Hubo un grito corto, casi un jadeo de sorpresa en la oscuridad. Una lámpara de mesa se encendió y el muchacho en la cama observó la hora.
Se recostó y observó al cielo raso. Sintió un escalofrío.
–Helga... –susurró Arnold, a miles de kilómetros de distancia de su amor.
Apagó la lámpara.
–o–o–o–
Rhonda guardaba el secreto de ser diseñadora de moda, pero Helga tenía un secreto propio. Nunca antes el Arte y el Comercio estuvieron tan juntos en una sola persona.
Sí, Helga era, es y seguramente será, una gran escritora de poesía. Lo más probable es que en un futuro cercano consiga escribir una novela y convertirla en un éxito de ventas. Pero parte de ese éxito iba a ser responsabilidad de aquel secreto que Helga escondía ante los demás.
Helga era muy buena en los negocios.
Lo había heredado de Bob, por supuesto. No era sólo una actitud de competencia y enfado ante los adversarios: era el instinto del negociante que guiaba a Helga hacia donde proviniesen billetes contantes y sonantes.
Helga odiaba admitirlo. El hecho de pensar y actuar como su padre no le hacía la pizca de gracia, y sin embargo allí estaba, bien escondido en su ser, esa capacidad de convertir contratos firmados en sentencias de esclavitud, ese poder de convertir en oro todo lo que sus femeninas manos pudiesen tocar, ese egoísmo y ambición propios de el más perfecto hombre (de acuerdo... mujer) de negocios.
La Vena Pataki.
Helga sentía poderosos escalofríos cada vez que pensaba en eso. Ella quería ser poetisa, no negociante; y hete aquí que la Vena Pataki colisionaba con las cualidades artísticas de Helga. Ella no había podido publicar sus poemas no porque no quisiese hacerlo, sino porque la Vena Pataki insistía en que su poesía no era comerciable.
Y ahora le habían convencido de dejar salir al Big Bob que había en ella, y deseaba en lo más profundo de su ser que Big Bob no tomara el control de su vida.
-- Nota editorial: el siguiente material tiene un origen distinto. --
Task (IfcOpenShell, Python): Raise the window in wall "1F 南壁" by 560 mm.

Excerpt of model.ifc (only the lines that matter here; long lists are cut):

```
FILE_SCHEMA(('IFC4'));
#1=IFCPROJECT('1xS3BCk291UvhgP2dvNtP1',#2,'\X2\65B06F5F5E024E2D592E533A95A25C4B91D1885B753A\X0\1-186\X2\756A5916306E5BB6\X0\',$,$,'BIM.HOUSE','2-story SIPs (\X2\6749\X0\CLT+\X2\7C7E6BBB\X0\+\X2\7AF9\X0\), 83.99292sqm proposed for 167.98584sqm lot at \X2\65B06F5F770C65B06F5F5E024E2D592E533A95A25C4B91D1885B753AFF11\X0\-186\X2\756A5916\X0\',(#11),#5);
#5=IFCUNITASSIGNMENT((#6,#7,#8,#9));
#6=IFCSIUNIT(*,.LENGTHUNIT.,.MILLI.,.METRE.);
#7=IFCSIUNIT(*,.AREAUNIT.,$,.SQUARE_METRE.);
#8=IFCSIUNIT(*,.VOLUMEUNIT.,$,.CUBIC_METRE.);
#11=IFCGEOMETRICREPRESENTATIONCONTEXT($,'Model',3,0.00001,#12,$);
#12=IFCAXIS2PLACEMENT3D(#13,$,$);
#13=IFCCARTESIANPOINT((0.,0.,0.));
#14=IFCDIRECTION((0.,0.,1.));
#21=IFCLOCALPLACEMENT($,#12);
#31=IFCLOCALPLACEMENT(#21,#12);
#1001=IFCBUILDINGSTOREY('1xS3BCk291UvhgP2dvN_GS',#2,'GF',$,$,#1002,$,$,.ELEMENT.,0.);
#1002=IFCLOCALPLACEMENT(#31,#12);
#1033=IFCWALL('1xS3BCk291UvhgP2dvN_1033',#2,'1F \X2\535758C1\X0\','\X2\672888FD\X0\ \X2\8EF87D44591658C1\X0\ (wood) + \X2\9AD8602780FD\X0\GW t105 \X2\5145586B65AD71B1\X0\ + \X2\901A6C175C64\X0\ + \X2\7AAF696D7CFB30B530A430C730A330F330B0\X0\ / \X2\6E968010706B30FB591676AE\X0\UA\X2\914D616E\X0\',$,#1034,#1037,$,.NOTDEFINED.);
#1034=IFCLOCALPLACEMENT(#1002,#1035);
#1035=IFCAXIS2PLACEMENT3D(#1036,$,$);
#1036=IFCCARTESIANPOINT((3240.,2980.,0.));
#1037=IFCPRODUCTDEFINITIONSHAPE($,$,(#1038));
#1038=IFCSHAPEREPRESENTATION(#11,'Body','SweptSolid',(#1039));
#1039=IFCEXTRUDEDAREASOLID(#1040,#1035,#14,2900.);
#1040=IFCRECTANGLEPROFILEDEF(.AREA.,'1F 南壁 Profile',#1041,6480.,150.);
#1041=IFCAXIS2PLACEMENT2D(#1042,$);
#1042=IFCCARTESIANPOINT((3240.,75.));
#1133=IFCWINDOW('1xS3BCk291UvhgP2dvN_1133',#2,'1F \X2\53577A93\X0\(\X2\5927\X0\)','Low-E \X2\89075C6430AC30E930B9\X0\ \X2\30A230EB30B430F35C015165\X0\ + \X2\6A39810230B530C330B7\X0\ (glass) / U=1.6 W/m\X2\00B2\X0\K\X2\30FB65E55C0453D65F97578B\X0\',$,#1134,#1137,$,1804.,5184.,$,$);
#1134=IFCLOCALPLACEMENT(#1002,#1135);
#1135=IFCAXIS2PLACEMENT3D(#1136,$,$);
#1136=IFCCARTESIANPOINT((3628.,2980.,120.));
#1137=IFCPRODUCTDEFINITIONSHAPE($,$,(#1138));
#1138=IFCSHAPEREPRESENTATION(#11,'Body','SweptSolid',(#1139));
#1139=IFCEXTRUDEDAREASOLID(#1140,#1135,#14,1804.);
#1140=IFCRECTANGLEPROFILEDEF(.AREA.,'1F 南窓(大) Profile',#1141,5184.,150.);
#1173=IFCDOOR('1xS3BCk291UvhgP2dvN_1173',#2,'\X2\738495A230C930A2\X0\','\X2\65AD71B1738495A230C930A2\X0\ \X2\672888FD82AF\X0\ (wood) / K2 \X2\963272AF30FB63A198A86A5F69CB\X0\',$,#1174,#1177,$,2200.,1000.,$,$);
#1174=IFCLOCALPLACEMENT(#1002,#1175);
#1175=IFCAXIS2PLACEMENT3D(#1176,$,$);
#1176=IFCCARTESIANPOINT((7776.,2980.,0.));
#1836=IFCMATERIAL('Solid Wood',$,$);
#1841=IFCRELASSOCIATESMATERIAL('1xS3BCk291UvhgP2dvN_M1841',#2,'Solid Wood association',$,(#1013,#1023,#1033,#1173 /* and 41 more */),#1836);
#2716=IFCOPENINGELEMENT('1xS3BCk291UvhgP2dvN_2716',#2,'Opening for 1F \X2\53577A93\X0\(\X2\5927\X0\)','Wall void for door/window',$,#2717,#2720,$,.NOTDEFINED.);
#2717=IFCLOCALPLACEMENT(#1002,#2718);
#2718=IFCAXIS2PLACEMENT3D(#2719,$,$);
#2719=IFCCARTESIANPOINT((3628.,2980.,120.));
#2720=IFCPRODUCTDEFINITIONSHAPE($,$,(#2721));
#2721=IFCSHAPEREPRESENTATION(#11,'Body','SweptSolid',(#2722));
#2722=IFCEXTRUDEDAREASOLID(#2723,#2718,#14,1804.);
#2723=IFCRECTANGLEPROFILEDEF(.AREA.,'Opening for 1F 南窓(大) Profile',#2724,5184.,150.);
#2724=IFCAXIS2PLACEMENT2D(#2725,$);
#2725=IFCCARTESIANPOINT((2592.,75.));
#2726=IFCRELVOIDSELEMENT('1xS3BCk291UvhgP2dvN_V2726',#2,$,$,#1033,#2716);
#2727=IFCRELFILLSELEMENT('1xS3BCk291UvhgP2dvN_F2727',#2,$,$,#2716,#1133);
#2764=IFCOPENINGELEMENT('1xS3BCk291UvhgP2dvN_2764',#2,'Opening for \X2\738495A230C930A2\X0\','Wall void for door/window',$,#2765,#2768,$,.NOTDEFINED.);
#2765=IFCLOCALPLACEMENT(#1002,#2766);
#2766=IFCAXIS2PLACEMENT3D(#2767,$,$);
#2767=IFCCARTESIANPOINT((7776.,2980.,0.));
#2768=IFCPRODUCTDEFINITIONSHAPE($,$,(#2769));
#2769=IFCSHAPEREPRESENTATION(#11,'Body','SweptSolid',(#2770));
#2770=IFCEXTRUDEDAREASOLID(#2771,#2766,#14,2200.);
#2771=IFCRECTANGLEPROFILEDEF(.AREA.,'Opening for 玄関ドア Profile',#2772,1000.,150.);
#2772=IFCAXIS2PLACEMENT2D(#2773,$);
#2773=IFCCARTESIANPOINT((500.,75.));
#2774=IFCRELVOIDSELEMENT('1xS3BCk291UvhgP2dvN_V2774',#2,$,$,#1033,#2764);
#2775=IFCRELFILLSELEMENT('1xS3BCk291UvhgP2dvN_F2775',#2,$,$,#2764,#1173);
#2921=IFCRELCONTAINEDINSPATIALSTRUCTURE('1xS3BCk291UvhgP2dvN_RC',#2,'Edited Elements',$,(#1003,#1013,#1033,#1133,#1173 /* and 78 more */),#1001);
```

```python
import numpy as np
import ifcopenshell
import ifcopenshell.api.geometry
import ifcopenshell.util.placement
import ifcopenshell.util.unit

model = ifcopenshell.open("model.ifc")
unit_scale = ifcopenshell.util.unit.calculate_unit_scale(model)

window = model.by_id(1133)
opening = window.FillsVoids[0].RelatingOpeningElement
dz = 560.0

shift = np.array([0.0, 0.0, dz])
# The window is not placed relative to its opening, so move both.
for product in (opening, window):
    matrix = ifcopenshell.util.placement.get_local_placement(product.ObjectPlacement)
    matrix[:3, 3] += shift
    ifcopenshell.api.geometry.edit_object_placement(model, product=product, matrix=matrix, is_si=False)

print(f"moved by {dz * unit_scale:+.3f} m")

model.write("model_rev.ifc")
```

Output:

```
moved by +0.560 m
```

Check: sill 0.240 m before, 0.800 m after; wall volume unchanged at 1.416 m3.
–Rhonda, si en algún momento comienzo a echar espuma por la boca, arrójame un piano –dijo Helga.
–No será para tanto...
–¿No¡Ja! No sólo heredé la Vena Pataki de mi padre –repuso ella, un tono mortuorio en su voz.
Habían abandonado el comedor y ahora se encontraban en la, también elegante, habitación de Rhonda. Helga miraba a su alrededor con un aire de opresión. Rhonda había conseguido que todas sus amigas se sintieran inferiores al entrar a su habitación y dejarlas descubrir sus portentosas decoraciones, su cómoda cama de dos plazas y cuatro columnas (con cortinas), su mesa de maquillaje de lujo y hasta una moderna computadora de escritorio con la mejor conexión a Internet que el dinero pudiese comprar, y que de hecho lo hacía.
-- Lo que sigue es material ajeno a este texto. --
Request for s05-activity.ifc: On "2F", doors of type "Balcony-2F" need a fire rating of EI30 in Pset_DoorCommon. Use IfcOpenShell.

First a look at what the model holds.

```python
import ifcopenshell
import ifcopenshell.util.element

model = ifcopenshell.open("s05-activity.ifc")
print(model.schema)
storey = next(s for s in model.by_type("IfcBuildingStorey") if s.Name == "2F")
doors = [e for e in ifcopenshell.util.element.get_decomposition(storey) if e.is_a("IfcDoor")]
seen = {}
for e in doors:
    element_type = ifcopenshell.util.element.get_type(e)
    key = (element_type.Name if element_type != e and element_type else None, ifcopenshell.util.element.get_pset(e, "Pset_DoorCommon", "FireRating"))
    seen[key] = seen.get(key, 0) + 1
for (name, value), count in sorted(seen.items(), key=str):
    print(count, "x", name, "|", value)
```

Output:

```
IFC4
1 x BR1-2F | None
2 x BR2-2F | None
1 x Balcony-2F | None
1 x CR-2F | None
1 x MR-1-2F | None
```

```python
import ifcopenshell
import ifcopenshell.api.pset
import ifcopenshell.util.element

model = ifcopenshell.open("s05-activity.ifc")

storey = next(s for s in model.by_type("IfcBuildingStorey") if s.Name == "2F")
doors = [e for e in ifcopenshell.util.element.get_decomposition(storey) if e.is_a("IfcDoor")]

count = 0
for e in doors:
    element_type = ifcopenshell.util.element.get_type(e)
    if element_type in (None, e) or element_type.Name != "Balcony-2F":
        continue
    # add_pset returns the element's existing set when there is one.
    pset = ifcopenshell.api.pset.add_pset(model, product=e, name="Pset_DoorCommon")
    ifcopenshell.api.pset.edit_pset(model, pset=pset, properties={"FireRating": "EI30"})
    count += 1

print(count, "doors updated")

model.write("s05-activity_updated.ifc")
```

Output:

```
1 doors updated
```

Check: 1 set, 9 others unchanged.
Rhonda, como siempre ocurría cuando una amiga observaba de ese modo tan sobrecogedor a su alrededor, se convertía en la anfitriona absoluta, y eso era algo que le salía muy natural.
–Aquí está la computadora. Tardará un rato en cargar por completo; tengo muchos programas de protección.
Helga desvió la mirada y la enfocó en el monitor. El sistema operativo Win–Doh XP comenzaba la larga rutina de inspección y detección de posibles Hackers cuatro–ojos que pudieran haber penetrado las defensas. Pasaron cuatro largos minutos de silenciosa impaciencia hasta que Helga suspiró y miró a un lado.
–Espera un momento –dijo Rhonda, tomando asiento frente a la computadora–. No tardaré. Debo ingresar unas contraseñas.
–¿Son muchas? –protestó Helga.
–No, no... doce, nada más.
–Oh, sólo doce –dijo Helga. Rhonda no pareció notar la sobredosis de sarcasmo en la frase.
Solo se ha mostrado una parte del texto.